### [WORK REQUIRED]
Tell how many lines in the following entries include the word "IFCLOCALPLACEMENT", giving the figure alone.

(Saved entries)
────────────────────
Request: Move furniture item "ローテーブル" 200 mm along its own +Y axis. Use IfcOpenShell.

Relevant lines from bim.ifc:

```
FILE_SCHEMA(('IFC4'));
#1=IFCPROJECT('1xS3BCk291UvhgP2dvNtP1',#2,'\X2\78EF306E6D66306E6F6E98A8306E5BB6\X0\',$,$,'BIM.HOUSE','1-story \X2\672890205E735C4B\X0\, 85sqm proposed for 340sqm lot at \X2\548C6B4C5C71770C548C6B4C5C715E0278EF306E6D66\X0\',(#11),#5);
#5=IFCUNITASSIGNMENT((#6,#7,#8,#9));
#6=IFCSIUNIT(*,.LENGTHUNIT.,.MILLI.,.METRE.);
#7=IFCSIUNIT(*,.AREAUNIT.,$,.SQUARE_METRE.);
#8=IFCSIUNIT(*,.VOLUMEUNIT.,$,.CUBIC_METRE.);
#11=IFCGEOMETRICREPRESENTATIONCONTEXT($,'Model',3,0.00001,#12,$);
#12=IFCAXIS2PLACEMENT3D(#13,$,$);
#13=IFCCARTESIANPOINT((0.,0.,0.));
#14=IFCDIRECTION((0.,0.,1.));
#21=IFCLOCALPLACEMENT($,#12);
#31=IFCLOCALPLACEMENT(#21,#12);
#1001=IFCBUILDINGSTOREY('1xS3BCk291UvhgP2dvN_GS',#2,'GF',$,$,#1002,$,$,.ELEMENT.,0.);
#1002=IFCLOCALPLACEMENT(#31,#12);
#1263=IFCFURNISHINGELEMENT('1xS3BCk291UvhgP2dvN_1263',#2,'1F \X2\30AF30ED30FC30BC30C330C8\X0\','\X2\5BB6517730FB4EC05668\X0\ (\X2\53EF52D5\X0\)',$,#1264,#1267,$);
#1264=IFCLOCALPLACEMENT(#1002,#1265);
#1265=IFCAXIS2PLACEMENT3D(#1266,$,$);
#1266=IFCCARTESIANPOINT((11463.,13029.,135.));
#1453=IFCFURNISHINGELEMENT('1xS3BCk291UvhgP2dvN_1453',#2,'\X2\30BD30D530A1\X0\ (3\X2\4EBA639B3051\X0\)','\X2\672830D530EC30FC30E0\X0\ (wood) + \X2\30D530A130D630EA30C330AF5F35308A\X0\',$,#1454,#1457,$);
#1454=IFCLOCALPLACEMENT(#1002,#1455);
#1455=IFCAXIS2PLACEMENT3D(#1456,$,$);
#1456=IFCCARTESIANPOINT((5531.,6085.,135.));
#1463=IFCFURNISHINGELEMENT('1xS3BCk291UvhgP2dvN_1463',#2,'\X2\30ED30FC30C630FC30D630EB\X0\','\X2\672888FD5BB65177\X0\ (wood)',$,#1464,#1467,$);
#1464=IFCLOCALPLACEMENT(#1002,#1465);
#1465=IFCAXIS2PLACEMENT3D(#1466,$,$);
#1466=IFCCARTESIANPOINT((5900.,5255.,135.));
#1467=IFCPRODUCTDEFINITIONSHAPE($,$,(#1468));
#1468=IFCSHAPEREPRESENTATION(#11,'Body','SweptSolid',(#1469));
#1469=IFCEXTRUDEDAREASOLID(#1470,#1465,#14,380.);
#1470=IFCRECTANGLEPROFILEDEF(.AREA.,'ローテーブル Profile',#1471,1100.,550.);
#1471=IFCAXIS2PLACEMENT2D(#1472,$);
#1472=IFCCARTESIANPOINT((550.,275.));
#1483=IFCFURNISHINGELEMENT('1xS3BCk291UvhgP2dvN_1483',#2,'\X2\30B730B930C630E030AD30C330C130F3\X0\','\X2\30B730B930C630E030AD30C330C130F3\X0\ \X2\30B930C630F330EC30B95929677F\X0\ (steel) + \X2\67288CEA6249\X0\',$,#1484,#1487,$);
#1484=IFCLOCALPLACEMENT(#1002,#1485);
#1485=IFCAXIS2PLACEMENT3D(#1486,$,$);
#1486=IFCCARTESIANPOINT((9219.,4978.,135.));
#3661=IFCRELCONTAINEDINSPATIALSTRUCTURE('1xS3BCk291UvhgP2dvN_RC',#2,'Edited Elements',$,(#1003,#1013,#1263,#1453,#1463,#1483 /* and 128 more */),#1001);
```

```python
import ifcopenshell
import ifcopenshell.api.geometry
import ifcopenshell.util.placement
import ifcopenshell.util.unit

model = ifcopenshell.open("bim.ifc")
unit_scale = ifcopenshell.util.unit.calculate_unit_scale(model)

item = model.by_id(1463)
matrix = ifcopenshell.util.placement.get_local_placement(item.ObjectPlacement)
matrix[:3, 3] += matrix[:3, 1] * 0.2 / unit_scale
ifcopenshell.api.geometry.edit_object_placement(model, product=item, matrix=matrix, is_si=False)

print(ifcopenshell.util.placement.get_local_placement(item.ObjectPlacement).round(3) + 0.0)

model.write("bim-out.ifc")
```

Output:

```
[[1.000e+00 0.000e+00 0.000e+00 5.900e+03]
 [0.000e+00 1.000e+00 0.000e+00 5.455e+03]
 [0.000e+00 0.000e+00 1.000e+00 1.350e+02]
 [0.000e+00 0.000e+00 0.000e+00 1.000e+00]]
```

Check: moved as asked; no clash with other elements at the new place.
────────────────────
### [EXERCISE RESULT]
7